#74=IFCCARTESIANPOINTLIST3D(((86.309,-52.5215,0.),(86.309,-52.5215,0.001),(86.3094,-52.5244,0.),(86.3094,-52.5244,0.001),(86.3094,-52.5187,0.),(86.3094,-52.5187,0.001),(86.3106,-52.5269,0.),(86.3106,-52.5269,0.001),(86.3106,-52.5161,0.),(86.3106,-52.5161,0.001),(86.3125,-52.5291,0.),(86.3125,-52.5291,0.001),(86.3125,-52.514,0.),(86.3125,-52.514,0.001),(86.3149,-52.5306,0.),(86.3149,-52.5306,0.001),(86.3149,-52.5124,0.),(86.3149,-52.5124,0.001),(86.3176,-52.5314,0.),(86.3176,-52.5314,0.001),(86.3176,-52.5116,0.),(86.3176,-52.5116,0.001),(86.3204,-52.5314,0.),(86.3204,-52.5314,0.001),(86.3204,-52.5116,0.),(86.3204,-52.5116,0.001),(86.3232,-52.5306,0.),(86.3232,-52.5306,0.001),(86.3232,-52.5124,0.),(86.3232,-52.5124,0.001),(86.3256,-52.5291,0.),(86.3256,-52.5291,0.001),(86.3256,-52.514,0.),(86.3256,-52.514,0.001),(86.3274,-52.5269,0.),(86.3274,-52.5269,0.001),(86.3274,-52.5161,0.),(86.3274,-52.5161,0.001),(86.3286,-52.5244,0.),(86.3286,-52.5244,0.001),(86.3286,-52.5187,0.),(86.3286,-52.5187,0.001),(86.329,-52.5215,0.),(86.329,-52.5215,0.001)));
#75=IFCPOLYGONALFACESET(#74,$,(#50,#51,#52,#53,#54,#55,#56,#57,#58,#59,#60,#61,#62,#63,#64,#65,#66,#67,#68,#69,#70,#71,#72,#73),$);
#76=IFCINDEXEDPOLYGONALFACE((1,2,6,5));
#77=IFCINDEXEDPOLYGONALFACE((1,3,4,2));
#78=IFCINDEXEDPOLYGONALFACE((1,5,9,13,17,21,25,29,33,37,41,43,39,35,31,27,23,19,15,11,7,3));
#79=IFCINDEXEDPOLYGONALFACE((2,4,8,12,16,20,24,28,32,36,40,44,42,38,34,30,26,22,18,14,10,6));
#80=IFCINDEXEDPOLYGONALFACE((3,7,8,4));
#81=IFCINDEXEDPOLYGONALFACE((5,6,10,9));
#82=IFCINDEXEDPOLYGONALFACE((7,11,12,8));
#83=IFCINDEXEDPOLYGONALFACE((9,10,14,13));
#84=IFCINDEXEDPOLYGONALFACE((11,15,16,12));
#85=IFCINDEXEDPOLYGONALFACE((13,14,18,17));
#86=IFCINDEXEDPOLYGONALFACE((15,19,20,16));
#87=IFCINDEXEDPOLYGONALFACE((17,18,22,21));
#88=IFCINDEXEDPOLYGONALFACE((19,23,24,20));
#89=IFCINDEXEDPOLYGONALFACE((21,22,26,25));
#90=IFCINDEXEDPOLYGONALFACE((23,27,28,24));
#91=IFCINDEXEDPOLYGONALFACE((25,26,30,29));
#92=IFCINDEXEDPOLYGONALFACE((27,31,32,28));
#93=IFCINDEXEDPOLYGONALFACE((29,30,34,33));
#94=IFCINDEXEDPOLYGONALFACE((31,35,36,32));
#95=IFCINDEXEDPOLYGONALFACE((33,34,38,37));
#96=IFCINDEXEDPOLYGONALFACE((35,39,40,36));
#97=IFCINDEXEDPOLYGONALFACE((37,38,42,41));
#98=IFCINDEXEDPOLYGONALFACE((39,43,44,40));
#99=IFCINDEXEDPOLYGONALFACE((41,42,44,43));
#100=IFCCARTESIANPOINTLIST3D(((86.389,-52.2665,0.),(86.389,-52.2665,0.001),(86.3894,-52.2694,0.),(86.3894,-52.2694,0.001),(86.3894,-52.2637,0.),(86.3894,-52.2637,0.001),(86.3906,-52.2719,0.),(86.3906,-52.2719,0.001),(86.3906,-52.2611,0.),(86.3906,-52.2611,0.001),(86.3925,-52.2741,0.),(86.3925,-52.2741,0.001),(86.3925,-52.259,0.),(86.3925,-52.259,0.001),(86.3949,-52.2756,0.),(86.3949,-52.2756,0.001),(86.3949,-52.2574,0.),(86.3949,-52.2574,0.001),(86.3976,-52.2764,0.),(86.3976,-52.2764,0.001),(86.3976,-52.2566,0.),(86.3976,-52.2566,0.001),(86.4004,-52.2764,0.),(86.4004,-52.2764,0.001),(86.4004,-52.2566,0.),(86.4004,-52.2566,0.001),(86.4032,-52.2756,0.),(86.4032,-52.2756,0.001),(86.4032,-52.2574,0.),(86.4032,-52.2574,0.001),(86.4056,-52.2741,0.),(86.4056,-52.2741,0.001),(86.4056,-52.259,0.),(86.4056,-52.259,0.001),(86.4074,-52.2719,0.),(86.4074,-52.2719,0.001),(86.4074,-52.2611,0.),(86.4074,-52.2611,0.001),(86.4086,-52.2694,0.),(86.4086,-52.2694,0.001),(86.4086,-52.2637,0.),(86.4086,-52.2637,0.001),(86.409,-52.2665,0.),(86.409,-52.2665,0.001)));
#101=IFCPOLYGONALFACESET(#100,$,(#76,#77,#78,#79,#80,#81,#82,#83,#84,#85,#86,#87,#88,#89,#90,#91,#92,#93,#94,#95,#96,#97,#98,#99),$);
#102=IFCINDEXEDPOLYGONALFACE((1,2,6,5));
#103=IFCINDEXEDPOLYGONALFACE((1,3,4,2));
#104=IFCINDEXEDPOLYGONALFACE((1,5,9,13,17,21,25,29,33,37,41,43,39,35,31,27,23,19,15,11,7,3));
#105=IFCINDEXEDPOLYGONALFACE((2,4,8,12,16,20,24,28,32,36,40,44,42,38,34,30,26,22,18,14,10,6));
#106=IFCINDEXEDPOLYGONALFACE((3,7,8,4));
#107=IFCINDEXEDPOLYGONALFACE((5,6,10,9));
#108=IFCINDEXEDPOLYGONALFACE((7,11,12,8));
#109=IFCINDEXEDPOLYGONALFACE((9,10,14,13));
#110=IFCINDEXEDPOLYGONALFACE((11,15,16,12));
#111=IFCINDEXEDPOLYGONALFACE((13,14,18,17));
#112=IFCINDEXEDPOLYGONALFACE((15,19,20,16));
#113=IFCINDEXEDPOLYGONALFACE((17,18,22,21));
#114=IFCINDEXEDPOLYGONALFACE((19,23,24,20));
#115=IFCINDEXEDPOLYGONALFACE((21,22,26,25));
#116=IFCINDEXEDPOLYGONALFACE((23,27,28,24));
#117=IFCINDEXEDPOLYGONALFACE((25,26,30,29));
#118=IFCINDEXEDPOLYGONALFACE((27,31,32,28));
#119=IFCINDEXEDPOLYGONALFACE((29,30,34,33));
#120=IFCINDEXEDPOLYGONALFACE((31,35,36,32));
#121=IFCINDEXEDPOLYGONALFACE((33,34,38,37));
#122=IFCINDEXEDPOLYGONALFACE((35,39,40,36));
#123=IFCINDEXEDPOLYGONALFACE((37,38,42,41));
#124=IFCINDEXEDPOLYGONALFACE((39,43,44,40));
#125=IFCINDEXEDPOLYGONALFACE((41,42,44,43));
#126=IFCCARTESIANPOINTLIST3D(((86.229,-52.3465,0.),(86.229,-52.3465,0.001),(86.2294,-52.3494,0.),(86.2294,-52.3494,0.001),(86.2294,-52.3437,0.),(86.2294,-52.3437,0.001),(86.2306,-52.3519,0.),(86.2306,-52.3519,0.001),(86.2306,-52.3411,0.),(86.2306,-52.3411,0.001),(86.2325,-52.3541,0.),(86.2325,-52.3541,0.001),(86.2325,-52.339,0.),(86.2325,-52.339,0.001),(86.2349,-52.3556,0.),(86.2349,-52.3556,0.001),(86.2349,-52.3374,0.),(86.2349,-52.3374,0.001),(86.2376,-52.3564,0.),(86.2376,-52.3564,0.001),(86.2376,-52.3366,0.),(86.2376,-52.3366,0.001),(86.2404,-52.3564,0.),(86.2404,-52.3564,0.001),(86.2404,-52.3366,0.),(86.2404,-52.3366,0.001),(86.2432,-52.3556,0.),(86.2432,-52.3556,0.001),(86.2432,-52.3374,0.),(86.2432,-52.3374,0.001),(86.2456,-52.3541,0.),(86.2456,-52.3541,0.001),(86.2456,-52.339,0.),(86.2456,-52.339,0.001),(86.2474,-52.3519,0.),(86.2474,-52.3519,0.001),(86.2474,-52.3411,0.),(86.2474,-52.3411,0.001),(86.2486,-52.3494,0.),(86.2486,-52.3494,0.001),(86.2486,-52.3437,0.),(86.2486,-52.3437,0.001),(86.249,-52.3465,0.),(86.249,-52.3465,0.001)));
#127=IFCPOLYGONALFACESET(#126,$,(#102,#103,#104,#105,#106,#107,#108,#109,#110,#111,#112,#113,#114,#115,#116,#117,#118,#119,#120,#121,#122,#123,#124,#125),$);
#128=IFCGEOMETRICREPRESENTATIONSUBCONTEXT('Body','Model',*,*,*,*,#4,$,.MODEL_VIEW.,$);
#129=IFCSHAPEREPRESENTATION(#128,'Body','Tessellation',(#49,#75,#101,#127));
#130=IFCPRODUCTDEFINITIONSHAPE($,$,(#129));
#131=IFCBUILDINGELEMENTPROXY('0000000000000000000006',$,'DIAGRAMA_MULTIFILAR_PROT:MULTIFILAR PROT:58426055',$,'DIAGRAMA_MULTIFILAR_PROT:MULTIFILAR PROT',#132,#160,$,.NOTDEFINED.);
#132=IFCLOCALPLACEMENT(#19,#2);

● ● ● ●

(Exercise prompt): Looking at the data above, work out how many lines contain "Body" and answer with the figure only.

(Answer to the exercise): 2